# Drop G 6-string



## iRaiseTheDead (Feb 4, 2013)

Hey guys, my band recently switched from Drop Bb to Drop G.
I was REALLY diggin' the Dunlop Heavy Core -Heaviest (12-54)
But tuning down has made them a little floppy.
Through searching a little over, I found:

Dunlop Manufacturing :: Strings :: :: Nickel Plated Steel Guitar Strings

and they make a 13-56 set.
does a 54-56 jump make a big difference? I would love to continue using Dunlop, as they've served me well 

I've also heard about Circle K, but I want to hear what you guys have played/suggest!

Thanks so much!


----------



## BIG ND SWEATY (Feb 4, 2013)

to keep the same feel of a .054 in Bb you're going to want a .064
ill suggest CK because they sound better and last longer than other strings iv tried


----------



## iRaiseTheDead (Feb 4, 2013)

BIG ND SWEATY said:


> to keep the same feel of a .054 in Bb you're going to want a .064
> ill suggest CK because they sound better and last longer than other strings iv tried



That's PERFECT. Because I'm ocd and 64 is a favourite number of mine ;D

But can I order a FULL custom set? I've only seen up to .63 and .65 sets

and also that's what I liked about Dunlops, on my Caparison, they show NO wear (and they've been on for 3-4 months)


----------



## BIG ND SWEATY (Feb 4, 2013)

yep just use the singles page: Circle K Strings - Single Strings - All tensions,scales, gauges | Page 1 of 5

you'll be fine with going with a .065 since they dont have a .064


----------



## iRaiseTheDead (Feb 4, 2013)

Sounds great man, thanks! I deeply appreciate this!

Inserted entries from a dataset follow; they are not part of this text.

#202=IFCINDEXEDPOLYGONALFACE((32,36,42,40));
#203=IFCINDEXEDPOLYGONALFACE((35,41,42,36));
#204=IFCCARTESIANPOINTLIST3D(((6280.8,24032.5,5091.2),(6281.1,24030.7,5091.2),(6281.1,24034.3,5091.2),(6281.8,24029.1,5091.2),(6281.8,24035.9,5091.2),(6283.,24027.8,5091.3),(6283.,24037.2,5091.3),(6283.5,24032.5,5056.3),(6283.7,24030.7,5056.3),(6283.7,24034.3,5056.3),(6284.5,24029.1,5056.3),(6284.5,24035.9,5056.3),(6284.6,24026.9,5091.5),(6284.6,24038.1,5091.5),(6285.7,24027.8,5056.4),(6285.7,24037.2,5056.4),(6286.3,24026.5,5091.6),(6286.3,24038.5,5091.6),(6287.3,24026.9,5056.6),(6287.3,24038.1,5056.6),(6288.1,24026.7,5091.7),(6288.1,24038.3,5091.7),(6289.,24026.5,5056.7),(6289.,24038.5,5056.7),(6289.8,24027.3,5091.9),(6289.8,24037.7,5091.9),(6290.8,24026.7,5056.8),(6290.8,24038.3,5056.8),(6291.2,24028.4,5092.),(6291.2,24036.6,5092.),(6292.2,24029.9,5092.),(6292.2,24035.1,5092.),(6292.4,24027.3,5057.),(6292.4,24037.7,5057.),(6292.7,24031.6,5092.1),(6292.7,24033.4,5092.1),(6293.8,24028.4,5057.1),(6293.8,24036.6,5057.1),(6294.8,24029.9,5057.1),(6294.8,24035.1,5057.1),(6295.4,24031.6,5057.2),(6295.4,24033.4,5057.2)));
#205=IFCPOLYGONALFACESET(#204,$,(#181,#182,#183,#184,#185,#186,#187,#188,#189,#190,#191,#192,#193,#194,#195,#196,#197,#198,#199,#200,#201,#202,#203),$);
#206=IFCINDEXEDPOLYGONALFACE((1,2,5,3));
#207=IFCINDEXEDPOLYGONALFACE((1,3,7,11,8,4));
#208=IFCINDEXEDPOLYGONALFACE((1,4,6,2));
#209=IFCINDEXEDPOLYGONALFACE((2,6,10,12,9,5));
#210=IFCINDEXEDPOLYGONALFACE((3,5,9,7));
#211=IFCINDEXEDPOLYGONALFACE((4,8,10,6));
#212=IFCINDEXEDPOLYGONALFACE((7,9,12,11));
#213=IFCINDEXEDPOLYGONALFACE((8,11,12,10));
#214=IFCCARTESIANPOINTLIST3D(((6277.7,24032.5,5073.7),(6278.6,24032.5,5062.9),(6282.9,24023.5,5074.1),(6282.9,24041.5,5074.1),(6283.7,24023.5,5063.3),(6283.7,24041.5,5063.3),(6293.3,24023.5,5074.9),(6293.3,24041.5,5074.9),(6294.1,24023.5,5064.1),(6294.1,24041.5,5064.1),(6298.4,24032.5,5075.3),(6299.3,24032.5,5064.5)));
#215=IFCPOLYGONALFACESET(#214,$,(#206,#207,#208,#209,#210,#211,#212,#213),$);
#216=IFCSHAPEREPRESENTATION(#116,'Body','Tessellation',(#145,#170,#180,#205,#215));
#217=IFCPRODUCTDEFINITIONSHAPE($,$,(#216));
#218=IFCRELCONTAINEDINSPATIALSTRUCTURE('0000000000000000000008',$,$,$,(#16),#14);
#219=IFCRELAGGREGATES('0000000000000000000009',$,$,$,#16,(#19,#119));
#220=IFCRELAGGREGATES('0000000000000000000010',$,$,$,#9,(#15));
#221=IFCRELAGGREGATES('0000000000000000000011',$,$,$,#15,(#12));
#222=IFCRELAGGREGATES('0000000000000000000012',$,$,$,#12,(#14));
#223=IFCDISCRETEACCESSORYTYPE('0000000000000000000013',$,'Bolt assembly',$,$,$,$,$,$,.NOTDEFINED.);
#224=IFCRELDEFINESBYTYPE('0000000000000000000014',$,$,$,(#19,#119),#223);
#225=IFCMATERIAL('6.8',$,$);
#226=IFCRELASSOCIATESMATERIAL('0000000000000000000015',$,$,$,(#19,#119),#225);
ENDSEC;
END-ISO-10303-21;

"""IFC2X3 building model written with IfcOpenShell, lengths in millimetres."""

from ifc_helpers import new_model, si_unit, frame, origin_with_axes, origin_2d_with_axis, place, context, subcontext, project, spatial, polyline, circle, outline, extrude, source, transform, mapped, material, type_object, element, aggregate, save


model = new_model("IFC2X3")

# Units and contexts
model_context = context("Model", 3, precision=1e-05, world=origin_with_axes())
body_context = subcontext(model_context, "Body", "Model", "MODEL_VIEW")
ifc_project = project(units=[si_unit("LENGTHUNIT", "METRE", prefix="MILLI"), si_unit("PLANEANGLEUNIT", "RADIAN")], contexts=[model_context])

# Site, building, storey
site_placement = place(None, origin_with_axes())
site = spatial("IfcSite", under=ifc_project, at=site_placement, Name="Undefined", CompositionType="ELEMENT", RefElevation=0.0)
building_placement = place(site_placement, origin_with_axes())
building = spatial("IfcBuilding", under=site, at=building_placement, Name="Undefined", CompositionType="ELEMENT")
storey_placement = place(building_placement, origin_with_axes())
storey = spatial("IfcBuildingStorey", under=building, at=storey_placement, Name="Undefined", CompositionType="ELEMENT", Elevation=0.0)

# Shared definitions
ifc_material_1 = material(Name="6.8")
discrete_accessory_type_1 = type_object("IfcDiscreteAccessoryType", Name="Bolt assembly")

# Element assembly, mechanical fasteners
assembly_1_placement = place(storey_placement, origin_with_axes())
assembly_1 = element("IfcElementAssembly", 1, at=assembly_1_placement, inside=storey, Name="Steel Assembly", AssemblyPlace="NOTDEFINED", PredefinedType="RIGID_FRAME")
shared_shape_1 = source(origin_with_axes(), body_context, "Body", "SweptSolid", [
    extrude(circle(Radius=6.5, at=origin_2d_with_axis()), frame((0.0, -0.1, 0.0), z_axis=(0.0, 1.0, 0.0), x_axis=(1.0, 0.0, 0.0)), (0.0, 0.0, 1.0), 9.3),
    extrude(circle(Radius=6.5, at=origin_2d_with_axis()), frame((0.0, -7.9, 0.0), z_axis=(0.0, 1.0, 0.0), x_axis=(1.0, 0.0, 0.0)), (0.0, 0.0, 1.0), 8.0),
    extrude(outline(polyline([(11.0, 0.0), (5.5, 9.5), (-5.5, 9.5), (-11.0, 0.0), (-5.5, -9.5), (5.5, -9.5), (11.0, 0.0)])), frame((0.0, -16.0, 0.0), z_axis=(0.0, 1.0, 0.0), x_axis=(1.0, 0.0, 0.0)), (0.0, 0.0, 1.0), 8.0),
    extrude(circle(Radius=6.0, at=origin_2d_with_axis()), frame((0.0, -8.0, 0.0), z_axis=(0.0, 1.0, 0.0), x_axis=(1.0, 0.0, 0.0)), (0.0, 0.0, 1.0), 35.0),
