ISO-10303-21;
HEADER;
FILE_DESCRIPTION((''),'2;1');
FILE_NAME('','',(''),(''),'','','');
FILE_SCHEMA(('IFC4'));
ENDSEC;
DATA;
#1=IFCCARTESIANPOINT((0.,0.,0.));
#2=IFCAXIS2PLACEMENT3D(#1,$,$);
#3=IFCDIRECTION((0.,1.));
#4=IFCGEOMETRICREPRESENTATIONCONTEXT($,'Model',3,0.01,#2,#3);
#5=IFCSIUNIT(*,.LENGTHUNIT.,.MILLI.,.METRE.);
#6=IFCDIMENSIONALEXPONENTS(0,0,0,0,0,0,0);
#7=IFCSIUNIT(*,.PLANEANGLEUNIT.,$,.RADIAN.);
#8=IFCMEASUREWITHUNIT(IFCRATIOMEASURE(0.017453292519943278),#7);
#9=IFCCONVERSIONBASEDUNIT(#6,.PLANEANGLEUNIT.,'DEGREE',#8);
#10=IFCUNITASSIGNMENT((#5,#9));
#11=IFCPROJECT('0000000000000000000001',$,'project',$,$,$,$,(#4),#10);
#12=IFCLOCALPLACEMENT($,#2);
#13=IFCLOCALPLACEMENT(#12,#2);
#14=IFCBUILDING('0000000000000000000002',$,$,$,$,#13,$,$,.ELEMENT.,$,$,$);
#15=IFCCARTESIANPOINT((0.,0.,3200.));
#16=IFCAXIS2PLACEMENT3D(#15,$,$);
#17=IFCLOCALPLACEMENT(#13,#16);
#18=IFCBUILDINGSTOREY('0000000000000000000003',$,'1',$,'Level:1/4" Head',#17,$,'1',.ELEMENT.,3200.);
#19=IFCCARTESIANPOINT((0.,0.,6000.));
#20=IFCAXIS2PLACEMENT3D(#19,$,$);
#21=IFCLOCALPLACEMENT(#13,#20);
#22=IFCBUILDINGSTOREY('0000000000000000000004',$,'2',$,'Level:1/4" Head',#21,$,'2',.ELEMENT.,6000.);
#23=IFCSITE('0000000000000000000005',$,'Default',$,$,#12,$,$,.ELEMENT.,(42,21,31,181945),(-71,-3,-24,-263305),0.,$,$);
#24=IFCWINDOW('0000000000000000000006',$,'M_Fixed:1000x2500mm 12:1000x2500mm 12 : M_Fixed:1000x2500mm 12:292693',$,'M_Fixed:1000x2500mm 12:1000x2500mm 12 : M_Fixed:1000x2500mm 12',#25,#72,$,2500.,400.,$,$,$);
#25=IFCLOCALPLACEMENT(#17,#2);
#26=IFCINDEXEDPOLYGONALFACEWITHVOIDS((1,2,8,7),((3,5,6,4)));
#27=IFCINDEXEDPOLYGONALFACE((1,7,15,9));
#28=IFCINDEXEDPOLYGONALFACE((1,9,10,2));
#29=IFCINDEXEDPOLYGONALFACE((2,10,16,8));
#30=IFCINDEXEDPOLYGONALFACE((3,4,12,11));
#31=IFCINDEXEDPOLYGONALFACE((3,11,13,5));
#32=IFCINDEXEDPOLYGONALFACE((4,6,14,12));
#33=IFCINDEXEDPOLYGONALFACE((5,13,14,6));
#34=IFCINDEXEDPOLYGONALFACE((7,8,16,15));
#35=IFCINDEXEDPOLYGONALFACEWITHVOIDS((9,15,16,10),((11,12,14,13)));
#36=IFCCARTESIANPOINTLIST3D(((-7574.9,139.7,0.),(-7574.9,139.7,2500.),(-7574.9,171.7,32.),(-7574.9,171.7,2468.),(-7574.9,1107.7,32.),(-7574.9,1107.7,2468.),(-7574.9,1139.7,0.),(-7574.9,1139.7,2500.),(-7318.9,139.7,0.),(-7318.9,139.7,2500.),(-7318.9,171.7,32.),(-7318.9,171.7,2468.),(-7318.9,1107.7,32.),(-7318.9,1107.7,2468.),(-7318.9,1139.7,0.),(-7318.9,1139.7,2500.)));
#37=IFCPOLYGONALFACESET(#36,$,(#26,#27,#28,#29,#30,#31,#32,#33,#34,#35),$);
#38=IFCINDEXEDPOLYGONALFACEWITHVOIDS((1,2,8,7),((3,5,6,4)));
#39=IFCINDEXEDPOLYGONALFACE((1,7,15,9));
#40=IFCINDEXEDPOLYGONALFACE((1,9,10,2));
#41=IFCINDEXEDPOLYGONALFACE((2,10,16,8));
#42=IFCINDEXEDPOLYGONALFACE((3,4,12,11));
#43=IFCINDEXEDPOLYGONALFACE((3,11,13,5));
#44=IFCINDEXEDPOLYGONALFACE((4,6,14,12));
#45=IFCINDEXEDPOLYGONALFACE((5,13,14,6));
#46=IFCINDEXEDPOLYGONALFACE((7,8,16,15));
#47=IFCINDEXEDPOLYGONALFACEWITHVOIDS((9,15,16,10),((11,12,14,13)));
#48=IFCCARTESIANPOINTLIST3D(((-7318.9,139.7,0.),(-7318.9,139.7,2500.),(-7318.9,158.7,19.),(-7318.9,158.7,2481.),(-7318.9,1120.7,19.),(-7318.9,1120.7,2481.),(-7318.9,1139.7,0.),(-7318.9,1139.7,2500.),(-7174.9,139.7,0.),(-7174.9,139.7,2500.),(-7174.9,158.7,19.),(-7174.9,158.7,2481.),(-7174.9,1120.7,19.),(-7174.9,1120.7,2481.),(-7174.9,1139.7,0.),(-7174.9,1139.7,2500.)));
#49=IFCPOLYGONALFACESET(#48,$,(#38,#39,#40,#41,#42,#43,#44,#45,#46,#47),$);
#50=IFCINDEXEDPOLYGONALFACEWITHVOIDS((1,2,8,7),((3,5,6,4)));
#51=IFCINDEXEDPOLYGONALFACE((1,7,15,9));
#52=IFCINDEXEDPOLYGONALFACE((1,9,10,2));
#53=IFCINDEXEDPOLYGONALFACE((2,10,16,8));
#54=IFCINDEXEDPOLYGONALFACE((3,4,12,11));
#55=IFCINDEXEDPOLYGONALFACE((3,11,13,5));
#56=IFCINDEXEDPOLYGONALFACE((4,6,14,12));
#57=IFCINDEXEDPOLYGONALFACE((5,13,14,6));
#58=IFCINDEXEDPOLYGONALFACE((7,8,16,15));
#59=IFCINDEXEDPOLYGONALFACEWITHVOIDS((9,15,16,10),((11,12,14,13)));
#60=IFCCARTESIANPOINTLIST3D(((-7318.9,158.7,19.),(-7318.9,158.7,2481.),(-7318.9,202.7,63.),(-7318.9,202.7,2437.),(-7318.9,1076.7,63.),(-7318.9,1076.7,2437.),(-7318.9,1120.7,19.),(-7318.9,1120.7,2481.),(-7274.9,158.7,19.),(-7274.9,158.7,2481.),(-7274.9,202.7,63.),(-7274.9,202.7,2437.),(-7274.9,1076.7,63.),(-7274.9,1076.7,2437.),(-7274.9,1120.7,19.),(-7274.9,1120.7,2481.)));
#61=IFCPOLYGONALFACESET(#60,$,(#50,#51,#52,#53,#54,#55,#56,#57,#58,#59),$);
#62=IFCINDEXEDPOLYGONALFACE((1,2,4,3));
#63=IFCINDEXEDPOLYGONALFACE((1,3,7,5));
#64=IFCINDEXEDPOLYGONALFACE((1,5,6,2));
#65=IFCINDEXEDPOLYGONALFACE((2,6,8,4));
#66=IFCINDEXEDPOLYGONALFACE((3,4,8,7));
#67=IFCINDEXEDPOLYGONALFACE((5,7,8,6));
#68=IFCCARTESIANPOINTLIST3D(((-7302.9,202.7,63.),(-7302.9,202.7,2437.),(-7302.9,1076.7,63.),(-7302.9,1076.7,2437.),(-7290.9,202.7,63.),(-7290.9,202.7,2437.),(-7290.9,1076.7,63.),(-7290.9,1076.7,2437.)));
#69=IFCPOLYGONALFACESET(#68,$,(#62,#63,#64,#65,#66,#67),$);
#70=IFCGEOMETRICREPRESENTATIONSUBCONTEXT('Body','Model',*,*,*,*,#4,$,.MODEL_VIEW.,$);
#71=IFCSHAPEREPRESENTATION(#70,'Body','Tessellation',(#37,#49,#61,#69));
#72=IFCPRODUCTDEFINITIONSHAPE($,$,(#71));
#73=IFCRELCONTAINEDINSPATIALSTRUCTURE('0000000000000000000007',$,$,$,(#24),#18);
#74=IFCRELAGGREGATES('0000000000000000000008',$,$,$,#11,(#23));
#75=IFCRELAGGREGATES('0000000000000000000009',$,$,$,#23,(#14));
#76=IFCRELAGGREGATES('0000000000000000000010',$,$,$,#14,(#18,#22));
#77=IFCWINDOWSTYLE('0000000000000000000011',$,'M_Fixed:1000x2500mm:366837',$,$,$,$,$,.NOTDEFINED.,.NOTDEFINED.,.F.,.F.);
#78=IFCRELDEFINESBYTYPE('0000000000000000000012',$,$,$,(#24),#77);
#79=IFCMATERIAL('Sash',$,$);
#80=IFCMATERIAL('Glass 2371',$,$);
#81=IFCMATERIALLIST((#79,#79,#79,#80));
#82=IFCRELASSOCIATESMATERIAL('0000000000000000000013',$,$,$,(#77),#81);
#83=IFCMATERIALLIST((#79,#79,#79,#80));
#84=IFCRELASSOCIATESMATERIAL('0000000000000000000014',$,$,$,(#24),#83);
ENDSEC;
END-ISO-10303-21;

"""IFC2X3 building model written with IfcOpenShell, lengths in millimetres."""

from ifc_helpers import new_model, entity, si_unit, converted_unit, direction, frame, frame_2d, origin, place, context, subcontext, project, spatial, polyline, rectangle, outline, extrude, source, transform, mapped, material, material_list, type_object, type_shapes, element, save


model = new_model("IFC2X3")

# Units and contexts
model_context = context("Model", 3, precision=0.01, world=origin(), true_north=direction((0.0, 1.0)))
body_context = subcontext(model_context, "Body", "Model", "MODEL_VIEW")
ifc_project = project(units=[si_unit("LENGTHUNIT", "METRE", prefix="MILLI"), converted_unit("PLANEANGLEUNIT", "DEGREE", entity("IfcRatioMeasure", 0.017453292519943278), si_unit("PLANEANGLEUNIT", "RADIAN"), dimensions=[0, 0, 0, 0, 0, 0, 0])], contexts=[model_context])

# Site, building, storey
site_placement = place(None, origin())
site = spatial("IfcSite", under=ifc_project, at=site_placement, Name="Default", CompositionType="ELEMENT", RefLatitude=(42, 21, 31, 181945), RefLongitude=(-71, -3, -24, -263305), RefElevation=0.0)
building_placement = place(site_placement, origin())
building = spatial("IfcBuilding", under=site, at=building_placement, CompositionType="ELEMENT")
storey_1_placement = place(building_placement, frame((0.0, 0.0, 3200.0)))
storey_1 = spatial("IfcBuildingStorey", under=building, at=storey_1_placement, Name="1", ObjectType="Level:1/4\" Head", LongName="1", CompositionType="ELEMENT", Elevation=3200.0)

# Shared definitions
storey_2_placement = place(building_placement, frame((0.0, 0.0, 6000.0)))
storey_2 = spatial("IfcBuildingStorey", under=building, at=storey_2_placement, Name="2", ObjectType="Level:1/4\" Head", LongName="2", CompositionType="ELEMENT", Elevation=6000.0)

# Shared definitions
ifc_material_1 = material(Name="Sash")
ifc_material_2 = material(Name="Glass 2371")

# Window
ifc_material_list_1 = material_list([ifc_material_1, ifc_material_1, ifc_material_1, ifc_material_2])
ifc_material_list_2 = material_list([ifc_material_1, ifc_material_1, ifc_material_1, ifc_material_2])
window_style_1 = type_object("IfcWindowStyle", Name="M_Fixed:1000x2500mm:366837", ConstructionType="NOTDEFINED", OperationType="NOTDEFINED", ParameterTakesPrecedence=False, Sizeable=False, material=ifc_material_list_2)
shared_shape_1 = source(origin(), body_context, "Body", "SweptSolid", [
    extrude(outline(polyline([(-1250.0, -500.0), (1250.0, -500.0), (1250.0, 500.0), (-1250.0, 500.0), (-1250.0, -500.0)]), holes=[polyline([(1218.0, 468.0), (1218.0, -468.0), (-1218.0, -468.0), (-1218.0, 468.0), (1218.0, 468.0)])]), frame((-7574.9, 639.7, 4450.0), z_axis=(1.0, 0.0, 0.0), x_axis=(0.0, 0.0, -1.0)), (0.0, 0.0, 1.0), 256.0),
    extrude(outline(polyline([(-1250.0, -500.0), (1250.0, -500.0), (1250.0, 500.0), (-1250.0, 500.0), (-1250.0, -500.0)]), holes=[polyline([(1231.0, 481.0), (1231.0, -481.0), (-1231.0, -481.0), (-1231.0, 481.0), (1231.0, 481.0)])]), frame((-7318.9, 639.7, 4450.0), z_axis=(1.0, 0.0, 0.0), x_axis=(0.0, 0.0, -1.0)), (0.0, 0.0, 1.0), 144.0),
    extrude(outline(polyline([(-1231.0, -481.0), (1231.0, -481.0), (1231.0, 481.0), (-1231.0, 481.0), (-1231.0, -481.0)]), holes=[polyline([(1187.0, 437.0), (1187.0, -437.0), (-1187.0, -437.0), (-1187.0, 437.0), (1187.0, 437.0)])]), frame((-7318.9, 639.7, 4450.0), z_axis=(1.0, 0.0, 0.0), x_axis=(0.0, 0.0, -1.0)), (0.0, 0.0, 1.0), 44.0),
    extrude(rectangle(XDim=874.0, YDim=12.0, at=frame_2d((0.0, 0.0), x_axis=(1.0, 0.0))), frame((-7296.9, 639.7, 3263.0), z_axis=(0.0, 0.0, 1.0), x_axis=(0.0, -1.0, 0.0)), (0.0, 0.0, 1.0), 2374.0),
])
type_shapes(window_style_1, [shared_shape_1])
window_1_placement = place(storey_1_placement, frame((0.0, 0.0, -3200.0)))
element("IfcWindow", 1, at=window_1_placement, inside=storey_1, type_object=window_style_1, material=ifc_material_list_1, Name="M_Fixed:1000x2500mm 12:1000x2500mm 12 : M_Fixed:1000x2500mm 12:292693", ObjectType="M_Fixed:1000x2500mm 12:1000x2500mm 12 : M_Fixed:1000x2500mm 12", OverallHeight=2500.0, OverallWidth=400.0, context=body_context, shape_type="MappedRepresentation", body=[
    mapped(shared_shape_1, transform((0.0, 0.0, 0.0), scale=1.0)),
])

save(model, "model.ifc")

One last quick question before you leave xD
In the near future I'm going to get a Baritone 6. So I'd still be able to use the Dunlop Strings I'm using now on it? (12-54) (because of the longer scale)


----------



## BIG ND SWEATY (Feb 4, 2013)

whats the scale length on the baritone?


----------



## iRaiseTheDead (Feb 4, 2013)

I believe it's 27"


----------



## BIG ND SWEATY (Feb 4, 2013)

you'll need a .060


----------



## iRaiseTheDead (Feb 4, 2013)

Dang okay. So you think a 56 will be too floppy on the 25.5 scale? my friend is telling me to throw 13s on there but the .13 pack includes a 56 xD


----------



## BIG ND SWEATY (Feb 4, 2013)

yea much to floppy also lead work and bends arnt going to be fun on 13s


----------



## iRaiseTheDead (Feb 4, 2013)

Ahh dang :/ alright so I'm seeing a circle K pack that's 13-63 that seems pretty legit.
13 would be tight or loose?


----------



## 7stringDemon (Feb 4, 2013)

I personally wouldn't go any thinner than a .70 for G. Feel is one thing and super thick strings are a bit odd at first but the guitar does need to stay in tune. And a .65 in G will vibrate itself out of tune every time it is struck. Unless you pick super light of use very thin picks.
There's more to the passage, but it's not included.